The segmentation of three-dimensional brain region contours is critical for the analysis of various brain structures, and advanced approaches are constantly emerging in the field of neurosciences. Whole-brain images can now be acquired at the cellular level thanks to advancements in high-resolution micro-optical imaging.
Researchers from King’s College London’s School of Biomedical Engineering & Imaging Sciences automated brain MRI image labeling, which is required to teach machine learning image recognition models, by deriving important labels from radiology reports and accurately assigning them to the corresponding MRI examinations. More than 100,000 MRI examinations can now be labeled in less than a half-hour.
This is the first study, published in European Radiology, that allows researchers to label complex MRI image datasets at scale. According to the researchers, manually labeling more than 100,000 MRI examinations would take years.
Researchers have automated brain MRI image labeling, needed to teach machine learning image recognition models, by deriving important labels from radiology reports and accurately assigning them to the corresponding MRI examinations.
To achieve the best possible performance in image recognition tasks, deep learning typically requires tens of thousands of labeled images. This represents a barrier to the development of deep learning systems for complex image datasets, particularly MRI, which is essential for detecting neurological abnormalities.
The development of high-performing deep-learning models for image recognition tasks in radiology necessitates the collection of large-labeled datasets, a difficult and time-consuming task that has hampered algorithm development and adoption. The research team attempted to address this issue by developing a deep learning-based report classifier capable of performing automated labeling of these neuroradiology studies based on their reports.
Dr. Tom Booth, a senior author from King’s College London’s School of Biomedical Engineering & Imaging Sciences, stated: “We have greatly facilitated future deep learning image recognition tasks by overcoming this bottleneck, and this will almost certainly hasten the arrival of automated brain MRI readers into the clinic. The opportunity for patient benefit from, ultimately, timely diagnosis is enormous.”
Dr. Booth described their validation as “unusually robust.” Instead of evaluating their model performance on unseen radiology reports, they also evaluated it on unseen images. “While this may seem obvious, it has been difficult to achieve in medical imaging because it necessitates a large team of expert radiologists. Fortunately, our team is an ideal blend of clinicians and scientists “Dr. Booth stated.
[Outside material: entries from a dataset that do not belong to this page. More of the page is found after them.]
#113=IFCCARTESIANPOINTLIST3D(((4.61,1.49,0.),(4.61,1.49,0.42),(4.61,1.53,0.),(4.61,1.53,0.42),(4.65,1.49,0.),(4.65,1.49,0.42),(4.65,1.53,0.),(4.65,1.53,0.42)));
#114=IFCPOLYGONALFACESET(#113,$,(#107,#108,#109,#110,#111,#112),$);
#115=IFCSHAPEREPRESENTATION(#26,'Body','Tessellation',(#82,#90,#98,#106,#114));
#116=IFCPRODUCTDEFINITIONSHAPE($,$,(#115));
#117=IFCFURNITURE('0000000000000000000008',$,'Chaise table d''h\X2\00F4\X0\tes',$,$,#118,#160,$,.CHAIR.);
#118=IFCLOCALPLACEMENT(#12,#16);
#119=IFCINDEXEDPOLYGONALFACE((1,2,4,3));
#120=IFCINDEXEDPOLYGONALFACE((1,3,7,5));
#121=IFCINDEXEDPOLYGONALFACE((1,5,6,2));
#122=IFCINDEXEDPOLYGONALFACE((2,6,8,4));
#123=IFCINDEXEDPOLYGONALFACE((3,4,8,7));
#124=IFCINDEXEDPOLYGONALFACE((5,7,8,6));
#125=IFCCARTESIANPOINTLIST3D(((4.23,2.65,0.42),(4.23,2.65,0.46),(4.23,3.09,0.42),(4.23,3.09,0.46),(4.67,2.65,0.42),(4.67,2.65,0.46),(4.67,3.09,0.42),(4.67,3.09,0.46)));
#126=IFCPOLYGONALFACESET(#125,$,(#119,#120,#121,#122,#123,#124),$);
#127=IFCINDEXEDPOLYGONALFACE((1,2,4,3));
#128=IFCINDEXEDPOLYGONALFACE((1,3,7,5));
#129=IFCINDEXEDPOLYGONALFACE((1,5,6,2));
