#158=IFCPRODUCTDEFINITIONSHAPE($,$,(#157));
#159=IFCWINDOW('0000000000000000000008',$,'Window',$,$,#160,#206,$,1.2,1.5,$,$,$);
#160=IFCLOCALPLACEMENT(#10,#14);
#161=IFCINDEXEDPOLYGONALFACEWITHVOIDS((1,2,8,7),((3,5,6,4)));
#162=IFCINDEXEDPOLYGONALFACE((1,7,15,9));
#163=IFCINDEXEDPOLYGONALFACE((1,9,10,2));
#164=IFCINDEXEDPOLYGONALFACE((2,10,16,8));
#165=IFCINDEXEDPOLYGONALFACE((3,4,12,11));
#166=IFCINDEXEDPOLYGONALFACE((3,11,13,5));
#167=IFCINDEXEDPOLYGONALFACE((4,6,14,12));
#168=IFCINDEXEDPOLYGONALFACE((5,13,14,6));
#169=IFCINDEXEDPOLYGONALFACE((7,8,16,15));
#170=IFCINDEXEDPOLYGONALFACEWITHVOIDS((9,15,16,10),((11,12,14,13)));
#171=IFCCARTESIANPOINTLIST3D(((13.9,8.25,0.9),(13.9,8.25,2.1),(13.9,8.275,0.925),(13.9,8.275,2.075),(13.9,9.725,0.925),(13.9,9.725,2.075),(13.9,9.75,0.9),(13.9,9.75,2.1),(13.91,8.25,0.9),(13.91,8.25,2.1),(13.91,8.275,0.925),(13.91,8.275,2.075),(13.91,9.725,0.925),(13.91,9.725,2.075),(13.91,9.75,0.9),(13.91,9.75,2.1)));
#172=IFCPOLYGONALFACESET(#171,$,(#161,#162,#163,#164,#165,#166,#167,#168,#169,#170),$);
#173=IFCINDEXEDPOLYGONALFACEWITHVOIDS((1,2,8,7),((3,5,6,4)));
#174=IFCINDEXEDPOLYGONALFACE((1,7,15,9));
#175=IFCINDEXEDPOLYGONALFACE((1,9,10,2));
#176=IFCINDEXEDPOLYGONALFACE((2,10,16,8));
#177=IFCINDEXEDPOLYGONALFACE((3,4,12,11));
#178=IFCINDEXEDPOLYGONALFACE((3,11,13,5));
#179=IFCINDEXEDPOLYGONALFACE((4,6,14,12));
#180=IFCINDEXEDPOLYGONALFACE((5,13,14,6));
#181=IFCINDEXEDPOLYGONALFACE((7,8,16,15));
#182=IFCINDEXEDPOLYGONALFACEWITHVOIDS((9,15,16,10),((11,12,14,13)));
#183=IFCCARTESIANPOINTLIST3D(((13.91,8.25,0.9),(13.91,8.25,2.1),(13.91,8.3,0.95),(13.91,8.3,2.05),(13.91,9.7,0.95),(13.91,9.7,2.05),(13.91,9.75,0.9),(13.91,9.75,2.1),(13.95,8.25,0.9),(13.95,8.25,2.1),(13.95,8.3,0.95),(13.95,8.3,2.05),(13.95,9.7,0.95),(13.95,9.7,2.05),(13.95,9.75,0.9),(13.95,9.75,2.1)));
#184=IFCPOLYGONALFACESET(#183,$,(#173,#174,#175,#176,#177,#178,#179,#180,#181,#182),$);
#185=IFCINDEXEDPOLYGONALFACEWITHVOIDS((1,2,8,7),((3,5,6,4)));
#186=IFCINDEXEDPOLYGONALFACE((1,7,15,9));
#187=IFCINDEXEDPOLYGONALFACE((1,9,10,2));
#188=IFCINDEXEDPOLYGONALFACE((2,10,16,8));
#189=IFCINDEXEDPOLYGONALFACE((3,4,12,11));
Lead Author, Dr David Wood from the School of Biomedical Engineering & Imaging Sciences said: “This study builds on recent breakthroughs in natural language processing, particularly the release of large transformer-based models such as BERT and BioBERT which have been trained on huge collections of unlabeled text such as all of English Wikipedia, and all PubMed Central abstracts and full-text articles; in the spirit of open-access science, we have also made our code and models available to other researchers to ensure that as many people benefit from this work as possible.”
According to the authors, while one barrier has now been overcome, further challenges will be, first, to perform the deep learning image recognition tasks, which also have multiple technical challenges; and second, once this is accomplished, to ensure that the developed models continue to perform accurately across different hospitals using different scanners.
Dr. Booth stated: “This research was made possible by a large group of experts who are working on these issues. There is a large group of organizers and facilitators who are equally important in carrying out this research. Obtaining clean data from multiple hospitals across the UK is a critical first step toward overcoming the next challenges. We are conducting an NIHR portfolio-adopted study across the UK to collect brain MRI data prospectively for this purpose.”
They will face additional challenges in performing deep learning image recognition tasks to ensure that the developed models continue to perform accurately across different hospitals using different scanners.
In the next stage of their research, the team is tackling the challenge of performing deep-learning image recognition tasks, which also present a number of technical challenges. Once this is accomplished, the authors stated that they will ensure that the developed models continue to perform accurately across different hospitals and scanners.